→ What you should do
Only lines containing "things" belong in the answer, each copied from the entries below.

(Dataset entries)
· · · · ·
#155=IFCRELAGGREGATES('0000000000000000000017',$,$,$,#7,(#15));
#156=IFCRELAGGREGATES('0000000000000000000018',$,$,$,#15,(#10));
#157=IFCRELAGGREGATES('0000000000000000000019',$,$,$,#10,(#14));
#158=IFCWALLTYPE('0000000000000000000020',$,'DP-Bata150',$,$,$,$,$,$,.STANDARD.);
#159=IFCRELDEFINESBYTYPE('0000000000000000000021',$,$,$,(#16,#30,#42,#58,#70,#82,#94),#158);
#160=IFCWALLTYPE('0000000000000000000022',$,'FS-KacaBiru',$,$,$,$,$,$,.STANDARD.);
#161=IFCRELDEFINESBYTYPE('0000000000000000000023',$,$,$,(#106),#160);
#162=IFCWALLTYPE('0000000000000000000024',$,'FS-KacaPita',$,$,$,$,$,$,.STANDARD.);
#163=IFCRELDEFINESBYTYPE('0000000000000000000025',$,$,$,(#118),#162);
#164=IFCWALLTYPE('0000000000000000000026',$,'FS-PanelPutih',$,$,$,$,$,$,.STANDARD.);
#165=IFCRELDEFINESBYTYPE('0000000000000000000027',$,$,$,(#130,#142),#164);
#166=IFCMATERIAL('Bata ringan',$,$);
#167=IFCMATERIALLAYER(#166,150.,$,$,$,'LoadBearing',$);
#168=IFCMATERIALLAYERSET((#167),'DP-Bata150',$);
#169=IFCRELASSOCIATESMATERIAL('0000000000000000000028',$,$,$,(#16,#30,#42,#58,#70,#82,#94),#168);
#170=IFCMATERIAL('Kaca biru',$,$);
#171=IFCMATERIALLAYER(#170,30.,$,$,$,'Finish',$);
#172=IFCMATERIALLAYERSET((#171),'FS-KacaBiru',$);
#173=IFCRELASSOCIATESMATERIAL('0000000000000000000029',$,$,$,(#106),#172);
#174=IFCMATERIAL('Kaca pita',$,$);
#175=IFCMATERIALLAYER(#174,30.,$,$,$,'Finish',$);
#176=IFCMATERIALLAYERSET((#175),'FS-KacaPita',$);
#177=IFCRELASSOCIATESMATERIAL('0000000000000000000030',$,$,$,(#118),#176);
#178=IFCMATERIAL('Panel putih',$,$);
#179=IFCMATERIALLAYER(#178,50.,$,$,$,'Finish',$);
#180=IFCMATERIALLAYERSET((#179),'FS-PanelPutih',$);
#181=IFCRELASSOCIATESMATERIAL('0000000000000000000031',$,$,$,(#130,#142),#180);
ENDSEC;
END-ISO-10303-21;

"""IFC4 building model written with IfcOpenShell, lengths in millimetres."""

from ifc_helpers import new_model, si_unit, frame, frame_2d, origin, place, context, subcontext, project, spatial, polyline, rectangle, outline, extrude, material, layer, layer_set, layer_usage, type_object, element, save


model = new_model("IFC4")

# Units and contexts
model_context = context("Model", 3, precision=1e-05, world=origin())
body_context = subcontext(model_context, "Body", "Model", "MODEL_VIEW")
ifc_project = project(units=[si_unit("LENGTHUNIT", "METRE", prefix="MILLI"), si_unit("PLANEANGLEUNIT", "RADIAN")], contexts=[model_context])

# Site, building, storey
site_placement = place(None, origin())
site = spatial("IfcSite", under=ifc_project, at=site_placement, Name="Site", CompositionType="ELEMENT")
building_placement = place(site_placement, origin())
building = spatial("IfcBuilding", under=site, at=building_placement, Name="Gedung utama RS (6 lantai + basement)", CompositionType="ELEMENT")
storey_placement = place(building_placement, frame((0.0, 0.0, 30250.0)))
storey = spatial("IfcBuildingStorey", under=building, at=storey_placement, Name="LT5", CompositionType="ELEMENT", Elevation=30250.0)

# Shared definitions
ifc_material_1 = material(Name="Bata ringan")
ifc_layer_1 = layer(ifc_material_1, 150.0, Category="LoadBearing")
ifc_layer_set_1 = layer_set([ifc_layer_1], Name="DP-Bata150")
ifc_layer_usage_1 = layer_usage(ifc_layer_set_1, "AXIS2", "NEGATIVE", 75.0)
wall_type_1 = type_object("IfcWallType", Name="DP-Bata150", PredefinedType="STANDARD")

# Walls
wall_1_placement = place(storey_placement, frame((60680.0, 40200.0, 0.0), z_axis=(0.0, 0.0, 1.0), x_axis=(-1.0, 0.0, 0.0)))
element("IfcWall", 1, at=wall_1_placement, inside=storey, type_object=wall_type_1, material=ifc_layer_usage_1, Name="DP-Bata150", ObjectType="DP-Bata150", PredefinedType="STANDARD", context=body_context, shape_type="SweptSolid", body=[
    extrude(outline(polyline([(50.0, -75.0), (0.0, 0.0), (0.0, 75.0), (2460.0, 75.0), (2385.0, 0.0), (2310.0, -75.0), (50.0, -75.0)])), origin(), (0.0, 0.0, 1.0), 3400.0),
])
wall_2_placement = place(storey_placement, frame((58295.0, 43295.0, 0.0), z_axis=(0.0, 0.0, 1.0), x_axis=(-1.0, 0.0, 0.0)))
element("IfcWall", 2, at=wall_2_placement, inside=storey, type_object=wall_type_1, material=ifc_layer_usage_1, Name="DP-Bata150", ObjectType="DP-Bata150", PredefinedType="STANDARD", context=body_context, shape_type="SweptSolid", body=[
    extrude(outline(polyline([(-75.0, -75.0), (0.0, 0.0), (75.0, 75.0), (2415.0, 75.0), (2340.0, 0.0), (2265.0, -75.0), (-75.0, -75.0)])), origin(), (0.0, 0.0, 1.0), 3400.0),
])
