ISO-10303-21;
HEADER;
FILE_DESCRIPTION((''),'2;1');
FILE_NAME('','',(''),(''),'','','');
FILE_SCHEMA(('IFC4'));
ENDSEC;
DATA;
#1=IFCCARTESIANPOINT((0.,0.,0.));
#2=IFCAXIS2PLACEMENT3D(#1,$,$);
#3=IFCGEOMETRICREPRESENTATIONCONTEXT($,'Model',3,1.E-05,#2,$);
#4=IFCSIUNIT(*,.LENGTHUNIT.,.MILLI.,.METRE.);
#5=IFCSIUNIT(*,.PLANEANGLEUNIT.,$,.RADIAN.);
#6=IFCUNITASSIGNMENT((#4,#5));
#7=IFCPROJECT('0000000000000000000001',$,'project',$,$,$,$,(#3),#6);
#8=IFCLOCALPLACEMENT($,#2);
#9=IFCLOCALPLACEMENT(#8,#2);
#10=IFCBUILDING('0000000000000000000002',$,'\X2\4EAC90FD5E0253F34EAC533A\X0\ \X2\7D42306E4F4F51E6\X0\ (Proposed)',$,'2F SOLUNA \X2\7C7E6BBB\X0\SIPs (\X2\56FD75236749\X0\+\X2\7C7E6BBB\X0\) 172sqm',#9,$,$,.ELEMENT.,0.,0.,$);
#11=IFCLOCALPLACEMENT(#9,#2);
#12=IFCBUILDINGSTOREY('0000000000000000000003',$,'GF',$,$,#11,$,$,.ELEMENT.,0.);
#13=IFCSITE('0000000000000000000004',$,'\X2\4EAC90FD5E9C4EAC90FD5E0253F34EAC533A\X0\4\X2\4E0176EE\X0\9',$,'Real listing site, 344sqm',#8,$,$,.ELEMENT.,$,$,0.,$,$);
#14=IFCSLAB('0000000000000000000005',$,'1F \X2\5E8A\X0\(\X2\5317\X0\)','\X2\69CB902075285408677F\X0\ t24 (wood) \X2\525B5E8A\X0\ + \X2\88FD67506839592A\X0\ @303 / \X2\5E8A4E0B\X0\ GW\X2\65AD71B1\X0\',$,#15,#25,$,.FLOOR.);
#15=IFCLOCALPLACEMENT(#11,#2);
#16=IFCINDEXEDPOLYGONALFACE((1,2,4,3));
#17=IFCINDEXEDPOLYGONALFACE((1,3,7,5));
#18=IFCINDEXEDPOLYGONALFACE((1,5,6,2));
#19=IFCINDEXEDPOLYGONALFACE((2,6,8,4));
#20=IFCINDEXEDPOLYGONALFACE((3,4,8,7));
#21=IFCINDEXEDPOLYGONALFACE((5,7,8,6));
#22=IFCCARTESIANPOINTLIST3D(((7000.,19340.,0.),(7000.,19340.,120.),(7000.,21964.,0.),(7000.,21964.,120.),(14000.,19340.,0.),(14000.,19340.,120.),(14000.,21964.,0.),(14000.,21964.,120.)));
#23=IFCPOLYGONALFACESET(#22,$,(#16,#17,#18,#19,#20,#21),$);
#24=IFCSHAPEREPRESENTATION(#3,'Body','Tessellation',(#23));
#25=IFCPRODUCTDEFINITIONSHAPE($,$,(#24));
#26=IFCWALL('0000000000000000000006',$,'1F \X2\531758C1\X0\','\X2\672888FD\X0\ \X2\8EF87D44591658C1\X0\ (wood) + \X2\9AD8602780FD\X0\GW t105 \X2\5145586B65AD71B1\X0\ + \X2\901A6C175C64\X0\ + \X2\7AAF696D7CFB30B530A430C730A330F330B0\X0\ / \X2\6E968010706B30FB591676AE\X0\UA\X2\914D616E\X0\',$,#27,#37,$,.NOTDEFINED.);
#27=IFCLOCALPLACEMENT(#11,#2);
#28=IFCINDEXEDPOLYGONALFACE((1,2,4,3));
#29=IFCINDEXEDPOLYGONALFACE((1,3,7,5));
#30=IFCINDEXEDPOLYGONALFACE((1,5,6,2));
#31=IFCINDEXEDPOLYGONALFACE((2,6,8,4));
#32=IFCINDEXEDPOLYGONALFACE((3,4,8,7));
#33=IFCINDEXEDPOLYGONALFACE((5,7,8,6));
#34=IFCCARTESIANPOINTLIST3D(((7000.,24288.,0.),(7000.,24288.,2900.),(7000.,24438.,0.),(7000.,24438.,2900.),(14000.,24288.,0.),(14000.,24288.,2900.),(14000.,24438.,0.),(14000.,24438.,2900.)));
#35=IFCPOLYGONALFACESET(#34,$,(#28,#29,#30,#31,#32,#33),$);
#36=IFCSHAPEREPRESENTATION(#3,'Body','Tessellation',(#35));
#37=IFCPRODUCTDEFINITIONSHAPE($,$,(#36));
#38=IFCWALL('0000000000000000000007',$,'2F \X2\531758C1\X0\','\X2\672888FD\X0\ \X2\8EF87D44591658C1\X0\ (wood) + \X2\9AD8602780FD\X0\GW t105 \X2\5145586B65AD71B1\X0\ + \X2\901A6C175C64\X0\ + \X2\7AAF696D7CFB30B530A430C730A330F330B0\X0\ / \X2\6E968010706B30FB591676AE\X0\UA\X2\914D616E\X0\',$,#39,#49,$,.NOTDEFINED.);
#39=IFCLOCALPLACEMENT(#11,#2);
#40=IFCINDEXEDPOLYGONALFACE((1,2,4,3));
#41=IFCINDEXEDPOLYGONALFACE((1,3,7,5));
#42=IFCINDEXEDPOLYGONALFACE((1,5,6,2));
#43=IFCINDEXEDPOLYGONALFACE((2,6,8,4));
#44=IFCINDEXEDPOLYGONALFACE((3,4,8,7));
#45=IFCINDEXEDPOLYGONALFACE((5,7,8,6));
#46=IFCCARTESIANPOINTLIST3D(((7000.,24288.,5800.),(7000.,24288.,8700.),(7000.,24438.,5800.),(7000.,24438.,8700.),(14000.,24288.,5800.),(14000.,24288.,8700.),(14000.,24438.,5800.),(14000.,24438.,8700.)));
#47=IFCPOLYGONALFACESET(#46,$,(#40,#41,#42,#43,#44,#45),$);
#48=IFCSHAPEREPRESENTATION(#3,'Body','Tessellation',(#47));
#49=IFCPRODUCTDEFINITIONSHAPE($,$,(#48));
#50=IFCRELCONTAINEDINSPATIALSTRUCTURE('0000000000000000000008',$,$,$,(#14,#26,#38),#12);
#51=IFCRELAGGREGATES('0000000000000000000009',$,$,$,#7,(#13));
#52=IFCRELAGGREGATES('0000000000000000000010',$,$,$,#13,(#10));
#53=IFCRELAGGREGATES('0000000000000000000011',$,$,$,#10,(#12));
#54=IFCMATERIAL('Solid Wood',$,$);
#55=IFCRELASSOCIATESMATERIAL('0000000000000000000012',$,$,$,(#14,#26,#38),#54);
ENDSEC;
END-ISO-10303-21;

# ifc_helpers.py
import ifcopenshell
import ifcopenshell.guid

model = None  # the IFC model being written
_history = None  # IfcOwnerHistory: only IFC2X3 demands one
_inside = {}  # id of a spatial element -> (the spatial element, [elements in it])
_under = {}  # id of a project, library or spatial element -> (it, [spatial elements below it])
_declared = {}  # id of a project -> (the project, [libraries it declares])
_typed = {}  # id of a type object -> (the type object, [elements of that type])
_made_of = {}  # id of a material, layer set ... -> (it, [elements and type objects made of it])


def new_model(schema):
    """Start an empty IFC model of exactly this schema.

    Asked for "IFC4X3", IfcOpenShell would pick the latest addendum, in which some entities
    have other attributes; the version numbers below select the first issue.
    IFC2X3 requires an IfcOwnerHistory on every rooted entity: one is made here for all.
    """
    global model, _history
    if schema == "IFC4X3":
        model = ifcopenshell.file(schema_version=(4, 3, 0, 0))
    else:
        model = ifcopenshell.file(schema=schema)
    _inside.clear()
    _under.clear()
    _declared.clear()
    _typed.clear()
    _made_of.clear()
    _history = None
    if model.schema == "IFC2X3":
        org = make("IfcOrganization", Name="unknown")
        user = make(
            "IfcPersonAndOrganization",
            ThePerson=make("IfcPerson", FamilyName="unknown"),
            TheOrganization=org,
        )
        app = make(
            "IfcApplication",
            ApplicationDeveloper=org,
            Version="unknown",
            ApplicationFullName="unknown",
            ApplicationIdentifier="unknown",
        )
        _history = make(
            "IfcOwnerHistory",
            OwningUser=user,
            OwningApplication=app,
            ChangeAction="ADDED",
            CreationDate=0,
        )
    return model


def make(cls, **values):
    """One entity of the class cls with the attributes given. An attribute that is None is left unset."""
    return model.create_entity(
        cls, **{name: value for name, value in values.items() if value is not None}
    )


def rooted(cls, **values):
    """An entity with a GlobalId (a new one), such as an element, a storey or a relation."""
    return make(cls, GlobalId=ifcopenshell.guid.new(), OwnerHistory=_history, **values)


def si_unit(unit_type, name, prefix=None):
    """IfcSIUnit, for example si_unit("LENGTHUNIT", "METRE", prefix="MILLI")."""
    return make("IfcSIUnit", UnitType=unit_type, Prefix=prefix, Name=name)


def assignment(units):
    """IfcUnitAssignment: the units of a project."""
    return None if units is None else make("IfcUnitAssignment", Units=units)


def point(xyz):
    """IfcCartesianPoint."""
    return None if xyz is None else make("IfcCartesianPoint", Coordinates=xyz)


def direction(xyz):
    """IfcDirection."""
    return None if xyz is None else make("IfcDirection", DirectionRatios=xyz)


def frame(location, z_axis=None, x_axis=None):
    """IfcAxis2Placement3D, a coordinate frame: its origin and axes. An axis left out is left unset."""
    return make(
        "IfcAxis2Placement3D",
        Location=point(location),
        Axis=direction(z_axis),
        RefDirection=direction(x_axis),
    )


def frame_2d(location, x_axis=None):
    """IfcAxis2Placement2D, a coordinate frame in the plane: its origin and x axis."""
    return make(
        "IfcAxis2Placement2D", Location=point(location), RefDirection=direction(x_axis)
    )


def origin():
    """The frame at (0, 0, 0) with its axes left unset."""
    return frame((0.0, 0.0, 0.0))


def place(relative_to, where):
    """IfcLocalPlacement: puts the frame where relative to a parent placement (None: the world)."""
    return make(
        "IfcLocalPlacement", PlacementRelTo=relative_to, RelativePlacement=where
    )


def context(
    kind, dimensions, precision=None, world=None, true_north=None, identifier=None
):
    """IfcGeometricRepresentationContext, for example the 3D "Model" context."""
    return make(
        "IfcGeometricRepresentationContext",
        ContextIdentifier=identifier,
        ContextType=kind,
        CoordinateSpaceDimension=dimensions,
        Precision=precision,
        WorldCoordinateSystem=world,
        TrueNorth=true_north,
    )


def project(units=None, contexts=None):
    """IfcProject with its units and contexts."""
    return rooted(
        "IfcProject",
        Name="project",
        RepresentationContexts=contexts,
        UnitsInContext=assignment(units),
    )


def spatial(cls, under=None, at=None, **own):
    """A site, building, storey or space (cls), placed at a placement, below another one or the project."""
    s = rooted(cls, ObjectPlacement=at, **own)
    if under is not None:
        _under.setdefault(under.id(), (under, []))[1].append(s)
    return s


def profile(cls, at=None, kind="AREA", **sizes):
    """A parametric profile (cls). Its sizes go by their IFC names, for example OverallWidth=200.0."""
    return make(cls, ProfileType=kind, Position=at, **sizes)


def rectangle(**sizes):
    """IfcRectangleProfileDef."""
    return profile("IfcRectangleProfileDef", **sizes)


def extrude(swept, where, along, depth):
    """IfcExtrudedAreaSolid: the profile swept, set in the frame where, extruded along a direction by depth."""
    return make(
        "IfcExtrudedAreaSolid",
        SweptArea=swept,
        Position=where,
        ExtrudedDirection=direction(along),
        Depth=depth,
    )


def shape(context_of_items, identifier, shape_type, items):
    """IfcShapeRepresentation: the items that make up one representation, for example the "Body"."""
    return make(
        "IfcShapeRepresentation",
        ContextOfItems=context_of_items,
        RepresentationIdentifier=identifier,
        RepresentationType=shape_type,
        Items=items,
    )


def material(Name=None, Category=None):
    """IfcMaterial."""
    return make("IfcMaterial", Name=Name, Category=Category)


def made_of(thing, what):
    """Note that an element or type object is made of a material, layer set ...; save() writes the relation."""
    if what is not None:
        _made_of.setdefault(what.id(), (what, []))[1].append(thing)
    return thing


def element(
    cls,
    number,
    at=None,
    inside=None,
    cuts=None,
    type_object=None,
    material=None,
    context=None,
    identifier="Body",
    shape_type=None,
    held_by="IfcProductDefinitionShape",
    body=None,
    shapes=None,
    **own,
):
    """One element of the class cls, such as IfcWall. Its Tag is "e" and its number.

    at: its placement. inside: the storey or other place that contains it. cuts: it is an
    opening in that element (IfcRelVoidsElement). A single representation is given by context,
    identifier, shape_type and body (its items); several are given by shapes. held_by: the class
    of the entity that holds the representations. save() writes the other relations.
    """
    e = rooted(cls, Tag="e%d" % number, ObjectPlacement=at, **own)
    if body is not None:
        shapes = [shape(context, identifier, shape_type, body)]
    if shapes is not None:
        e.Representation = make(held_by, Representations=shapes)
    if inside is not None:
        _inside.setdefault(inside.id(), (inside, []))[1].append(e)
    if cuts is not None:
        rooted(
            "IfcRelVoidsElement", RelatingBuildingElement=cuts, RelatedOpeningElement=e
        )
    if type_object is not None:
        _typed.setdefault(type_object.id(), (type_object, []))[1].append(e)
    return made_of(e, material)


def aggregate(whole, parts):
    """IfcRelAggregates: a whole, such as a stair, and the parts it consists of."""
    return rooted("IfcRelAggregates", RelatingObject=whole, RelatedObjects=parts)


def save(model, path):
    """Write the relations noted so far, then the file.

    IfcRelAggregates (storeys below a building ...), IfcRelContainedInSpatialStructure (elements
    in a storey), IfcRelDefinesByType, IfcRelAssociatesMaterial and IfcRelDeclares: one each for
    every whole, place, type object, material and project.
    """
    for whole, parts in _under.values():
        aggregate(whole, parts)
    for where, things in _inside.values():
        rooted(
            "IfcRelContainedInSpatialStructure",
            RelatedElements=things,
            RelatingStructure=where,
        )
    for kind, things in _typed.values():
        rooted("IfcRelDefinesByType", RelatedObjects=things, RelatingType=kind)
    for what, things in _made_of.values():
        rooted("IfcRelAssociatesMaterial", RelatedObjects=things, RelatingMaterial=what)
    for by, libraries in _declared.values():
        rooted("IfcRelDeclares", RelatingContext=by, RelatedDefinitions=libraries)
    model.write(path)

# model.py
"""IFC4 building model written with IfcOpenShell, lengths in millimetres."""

from ifc_helpers import new_model, si_unit, frame, frame_2d, origin, place, context, project, spatial, rectangle, extrude, material, element, save


model = new_model("IFC4")

# Units and contexts
model_context = context("Model", 3, precision=1e-05, world=origin())
ifc_project = project(units=[si_unit("LENGTHUNIT", "METRE", prefix="MILLI"), si_unit("PLANEANGLEUNIT", "RADIAN")], contexts=[model_context])

# Site, building, storey
site_placement = place(None, origin())
site = spatial("IfcSite", under=ifc_project, at=site_placement, Name="京都府京都市右京区4丁目9", ObjectType="Real listing site, 344sqm", CompositionType="ELEMENT", RefElevation=0.0)
building_placement = place(site_placement, origin())
building = spatial("IfcBuilding", under=site, at=building_placement, Name="京都市右京区 終の住処 (Proposed)", ObjectType="2F SOLUNA 籾殻SIPs (国産杉+籾殻) 172sqm", CompositionType="ELEMENT", ElevationOfRefHeight=0.0, ElevationOfTerrain=0.0)
storey_placement = place(building_placement, origin())
storey = spatial("IfcBuildingStorey", under=building, at=storey_placement, Name="GF", CompositionType="ELEMENT", Elevation=0.0)

# Slab
ifc_material_1 = material(Name="Solid Wood")
slab_1_placement = place(storey_placement, frame((3500.0, 9670.0, 0.0)))
element("IfcSlab", 1, at=slab_1_placement, inside=storey, material=ifc_material_1, Name="1F 床(北)", Description="構造用合板 t24 (wood) 剛床 + 製材根太 @303 / 床下 GW断熱", PredefinedType="FLOOR", context=model_context, shape_type="SweptSolid", body=[
    extrude(rectangle(XDim=7000.0, YDim=2624.0, at=frame_2d((3500.0, 1312.0))), frame((3500.0, 9670.0, 0.0)), (0.0, 0.0, 1.0), 120.0),
])

# Wall
wall_1_placement = place(storey_placement, frame((3500.0, 12144.0, 0.0)))
element("IfcWall", 2, at=wall_1_placement, inside=storey, material=ifc_material_1, Name="1F 北壁", Description="木製 軸組外壁 (wood) + 高性能GW t105 充填断熱 + 通気層 + 窯業系サイディング / 準耐火・外皮UA配慮", PredefinedType="NOTDEFINED", context=model_context, shape_type="SweptSolid", body=[
    extrude(rectangle(XDim=7000.0, YDim=150.0, at=frame_2d((3500.0, 75.0))), frame((3500.0, 12144.0, 0.0)), (0.0, 0.0, 1.0), 2900.0),
])

# Wall
wall_2_placement = place(storey_placement, frame((3500.0, 12144.0, 2900.0)))
element("IfcWall", 3, at=wall_2_placement, inside=storey, material=ifc_material_1, Name="2F 北壁", Description="木製 軸組外壁 (wood) + 高性能GW t105 充填断熱 + 通気層 + 窯業系サイディング / 準耐火・外皮UA配慮", PredefinedType="NOTDEFINED", context=model_context, shape_type="SweptSolid", body=[
    extrude(rectangle(XDim=7000.0, YDim=150.0, at=frame_2d((3500.0, 75.0))), frame((3500.0, 12144.0, 2900.0)), (0.0, 0.0, 1.0), 2900.0),
])

save(model, "model.ifc")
· · · · ·
→ The completed task
    for where, things in _inside.values():
            RelatedElements=things,
    for kind, things in _typed.values():
        rooted("IfcRelDefinesByType", RelatedObjects=things, RelatingType=kind)
    for what, things in _made_of.values():
        rooted("IfcRelAssociatesMaterial", RelatedObjects=things, RelatingMaterial=what)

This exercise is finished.